16th chancellor of the University of Mississippi
- In office June 15, 2009 – June 15, 2015
- Preceded by: Robert Khayat
- Succeeded by: Jeffrey Vitter

Personal details
- Born: March 19, 1949 (age 77) Morton, Mississippi, U.S.
- Spouse: Lydia Jones
- Children: 2 adult
- Alma mater: Mississippi College (Bachelor's degree); University of Mississippi Medical Center (Medical degree)
- Profession: Medical Doctor, University President
- Salary: $446,775/year (half comes from private funds)

= Daniel Jones (chancellor) =

Chancellor of the University of Mississippi

Daniel Wayne Jones (born March 19, 1949) served as the 16th chancellor of the University of Mississippi. He was appointed June 15, 2009, after Robert Khayat announced his retirement from the post on January 6, 2009.

Jones was formerly the vice chancellor for health affairs, the dean of the school of medicine and the Herbert G. Langford Professor of Medicine—all three at the University of Mississippi Medical Center. He was the national president of the American Heart Association for the 2007–2008 year.

==Education==
Born in Morton, Mississippi, Jones earned a bachelor's degree in chemistry from Mississippi College in 1971 and his M.D. from University of Mississippi Medical Center.

==Career==
Jones began in private practice in Laurel, Mississippi in 1978. He moved to Pusan, Korea in 1985 as a medical missionary, where he was the director of the community health department and hypertension clinic at the Wallace Memorial Baptist Hospital. He joined the faculty of the University of Mississippi Medical Center in 1992.

Jones, a designated specialist in clinical hypertension under the American Society of Hypertension, is certified by the American Board of Internal Medicine and a fellow of the American College of Physicians. He serves on the board of directors of Global Resource Services, which provides professional consultation to East Asian nations in the areas of advocacy, humanitarian aid, development and education.

Jones is the co-author of the book titled Hypertension Pearls, published in 2004.
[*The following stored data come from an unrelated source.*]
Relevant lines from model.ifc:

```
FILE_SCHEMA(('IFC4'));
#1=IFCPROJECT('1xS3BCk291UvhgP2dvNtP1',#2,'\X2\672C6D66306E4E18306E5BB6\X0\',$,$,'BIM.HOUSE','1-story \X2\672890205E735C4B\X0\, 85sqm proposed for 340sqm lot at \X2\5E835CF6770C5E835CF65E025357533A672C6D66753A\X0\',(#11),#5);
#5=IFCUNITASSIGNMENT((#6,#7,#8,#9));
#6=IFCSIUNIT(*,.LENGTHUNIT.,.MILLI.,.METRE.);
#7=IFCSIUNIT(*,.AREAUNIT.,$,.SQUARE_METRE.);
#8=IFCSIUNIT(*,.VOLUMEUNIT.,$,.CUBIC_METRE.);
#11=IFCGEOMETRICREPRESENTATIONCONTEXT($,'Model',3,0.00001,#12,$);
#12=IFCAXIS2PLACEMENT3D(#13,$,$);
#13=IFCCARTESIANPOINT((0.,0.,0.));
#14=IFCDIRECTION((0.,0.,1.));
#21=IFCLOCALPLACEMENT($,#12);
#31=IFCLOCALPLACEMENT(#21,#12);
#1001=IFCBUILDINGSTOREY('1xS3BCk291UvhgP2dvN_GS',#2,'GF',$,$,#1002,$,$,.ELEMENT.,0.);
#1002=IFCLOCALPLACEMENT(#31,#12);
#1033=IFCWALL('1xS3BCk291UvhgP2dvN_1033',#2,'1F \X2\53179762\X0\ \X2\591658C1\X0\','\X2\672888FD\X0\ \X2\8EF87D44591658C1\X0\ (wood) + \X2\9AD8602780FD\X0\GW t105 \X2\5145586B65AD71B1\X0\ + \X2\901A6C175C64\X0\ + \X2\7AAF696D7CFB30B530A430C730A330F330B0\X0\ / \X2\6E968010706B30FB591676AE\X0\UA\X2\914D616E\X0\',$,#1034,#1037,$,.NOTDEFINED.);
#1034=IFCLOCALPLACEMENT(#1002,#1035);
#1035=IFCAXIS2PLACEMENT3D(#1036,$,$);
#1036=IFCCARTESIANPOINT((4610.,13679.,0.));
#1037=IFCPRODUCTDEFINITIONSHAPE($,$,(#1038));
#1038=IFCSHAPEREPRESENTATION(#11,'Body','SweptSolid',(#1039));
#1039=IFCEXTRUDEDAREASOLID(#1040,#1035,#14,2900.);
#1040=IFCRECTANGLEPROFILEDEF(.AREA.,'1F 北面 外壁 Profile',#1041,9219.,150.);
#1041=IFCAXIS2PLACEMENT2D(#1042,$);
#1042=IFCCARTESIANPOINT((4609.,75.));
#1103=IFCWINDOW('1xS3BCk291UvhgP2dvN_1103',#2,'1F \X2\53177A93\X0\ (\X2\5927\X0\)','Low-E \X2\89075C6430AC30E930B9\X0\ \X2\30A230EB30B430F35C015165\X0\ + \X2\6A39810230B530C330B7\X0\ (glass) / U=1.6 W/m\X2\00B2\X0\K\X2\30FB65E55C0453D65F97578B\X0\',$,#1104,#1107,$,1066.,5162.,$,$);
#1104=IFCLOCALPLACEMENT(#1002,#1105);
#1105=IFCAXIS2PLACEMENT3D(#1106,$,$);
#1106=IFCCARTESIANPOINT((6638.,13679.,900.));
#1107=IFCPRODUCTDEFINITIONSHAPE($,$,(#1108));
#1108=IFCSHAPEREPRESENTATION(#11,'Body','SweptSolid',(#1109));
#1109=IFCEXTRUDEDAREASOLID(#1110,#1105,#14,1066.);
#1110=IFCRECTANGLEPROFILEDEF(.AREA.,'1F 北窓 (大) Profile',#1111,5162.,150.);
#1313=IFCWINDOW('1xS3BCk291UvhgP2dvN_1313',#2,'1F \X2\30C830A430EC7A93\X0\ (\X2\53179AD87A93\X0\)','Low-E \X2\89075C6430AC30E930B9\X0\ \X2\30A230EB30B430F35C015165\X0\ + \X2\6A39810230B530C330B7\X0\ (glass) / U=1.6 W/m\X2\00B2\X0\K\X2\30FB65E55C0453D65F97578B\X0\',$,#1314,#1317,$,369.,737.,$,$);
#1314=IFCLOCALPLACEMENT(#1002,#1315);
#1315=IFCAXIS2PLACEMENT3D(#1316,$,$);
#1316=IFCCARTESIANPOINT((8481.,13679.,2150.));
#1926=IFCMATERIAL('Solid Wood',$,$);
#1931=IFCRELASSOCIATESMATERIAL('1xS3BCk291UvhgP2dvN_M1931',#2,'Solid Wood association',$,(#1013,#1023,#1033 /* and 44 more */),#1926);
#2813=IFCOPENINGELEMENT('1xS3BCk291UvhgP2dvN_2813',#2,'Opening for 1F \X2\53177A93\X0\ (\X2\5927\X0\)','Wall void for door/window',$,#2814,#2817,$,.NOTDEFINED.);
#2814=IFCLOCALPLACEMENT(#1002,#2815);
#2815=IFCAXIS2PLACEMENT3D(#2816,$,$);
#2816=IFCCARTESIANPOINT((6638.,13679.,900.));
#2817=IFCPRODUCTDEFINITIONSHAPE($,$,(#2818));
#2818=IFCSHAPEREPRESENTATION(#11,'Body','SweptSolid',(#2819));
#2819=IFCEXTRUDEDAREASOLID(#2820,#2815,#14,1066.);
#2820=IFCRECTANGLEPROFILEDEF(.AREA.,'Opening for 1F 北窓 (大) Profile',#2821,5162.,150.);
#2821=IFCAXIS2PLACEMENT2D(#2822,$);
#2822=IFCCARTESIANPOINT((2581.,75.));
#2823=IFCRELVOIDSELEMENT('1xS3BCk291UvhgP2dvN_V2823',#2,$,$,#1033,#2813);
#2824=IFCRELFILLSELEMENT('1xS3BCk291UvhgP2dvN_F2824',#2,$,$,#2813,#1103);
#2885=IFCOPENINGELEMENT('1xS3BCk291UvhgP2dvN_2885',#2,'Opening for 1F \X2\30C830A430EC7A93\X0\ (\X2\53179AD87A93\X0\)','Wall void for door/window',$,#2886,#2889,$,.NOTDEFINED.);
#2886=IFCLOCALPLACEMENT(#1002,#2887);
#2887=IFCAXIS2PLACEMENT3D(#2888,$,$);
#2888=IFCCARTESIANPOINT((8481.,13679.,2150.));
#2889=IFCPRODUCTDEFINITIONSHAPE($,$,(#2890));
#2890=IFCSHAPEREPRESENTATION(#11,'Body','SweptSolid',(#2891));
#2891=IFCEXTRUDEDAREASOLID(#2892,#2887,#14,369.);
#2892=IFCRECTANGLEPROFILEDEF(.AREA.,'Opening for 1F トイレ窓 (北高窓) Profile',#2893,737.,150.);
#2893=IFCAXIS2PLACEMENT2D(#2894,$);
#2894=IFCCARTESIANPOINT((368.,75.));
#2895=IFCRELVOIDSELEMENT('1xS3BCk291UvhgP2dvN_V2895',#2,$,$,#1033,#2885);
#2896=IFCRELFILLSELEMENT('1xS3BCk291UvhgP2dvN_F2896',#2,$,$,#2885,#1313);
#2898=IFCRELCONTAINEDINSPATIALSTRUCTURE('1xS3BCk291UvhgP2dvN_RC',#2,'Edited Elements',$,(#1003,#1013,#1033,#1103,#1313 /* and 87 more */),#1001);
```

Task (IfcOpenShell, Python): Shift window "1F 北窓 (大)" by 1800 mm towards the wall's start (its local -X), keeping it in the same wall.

```python
import ifcopenshell
import ifcopenshell.api.geometry
import ifcopenshell.util.placement
import ifcopenshell.util.unit

model = ifcopenshell.open("model.ifc")
unit_scale = ifcopenshell.util.unit.calculate_unit_scale(model)

window = model.by_guid("1xS3BCk291UvhgP2dvN_1103")
opening = window.FillsVoids[0].RelatingOpeningElement
wall = opening.VoidsElements[0].RelatingBuildingElement

wall_matrix = ifcopenshell.util.placement.get_local_placement(wall.ObjectPlacement)
shift = wall_matrix[:3, 0] * -1.8 / unit_scale
before = ifcopenshell.util.placement.get_local_placement(window.ObjectPlacement)[:3, 3].copy()

# The window is not placed relative to its opening, so move both.
for product in (opening, window):
    matrix = ifcopenshell.util.placement.get_local_placement(product.ObjectPlacement)
    matrix[:3, 3] += shift
    ifcopenshell.api.geometry.edit_object_placement(model, product=product, matrix=matrix, is_si=False)

after = ifcopenshell.util.placement.get_local_placement(window.ObjectPlacement)[:3, 3]
print("window moved by", (after - before).round(3) + 0.0)

model.write("model_edited.ifc")
```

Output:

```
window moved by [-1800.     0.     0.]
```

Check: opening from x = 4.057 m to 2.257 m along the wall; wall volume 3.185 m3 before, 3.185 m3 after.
===Chancellor of the University of Mississippi===
Jones was appointed chancellor of the University of Mississippi on July 1, 2009, after serving in several positions at the University of Mississippi Medical Center in Jackson, including CEO of the medical center for six years. His tenure as chancellor is marked by the highest enrollment to-date at the university, with over 23,000 students enrolled for the fall 2014 semester, and endowments over $100 million for three years running (2012-2014). Under his leadership, the university has worked to be more inclusive through the development of a vice-chancellor for diversity and inclusion, while Jones has publicly denounced hate speech on campus. His chancellorship is also marked by continued image changes to the university begun by his predecessor, Robert Khayat, including the appointment of a new mascot, banning of the playing of "From Dixie with Love" and a change in the official use of 'Ole Miss', now relegated to athletics.

==Personal life==
Jones was born in Morton, Mississippi, and grew up in Vicksburg, Mississippi.

Jones is married to Lydia and they have two adult children.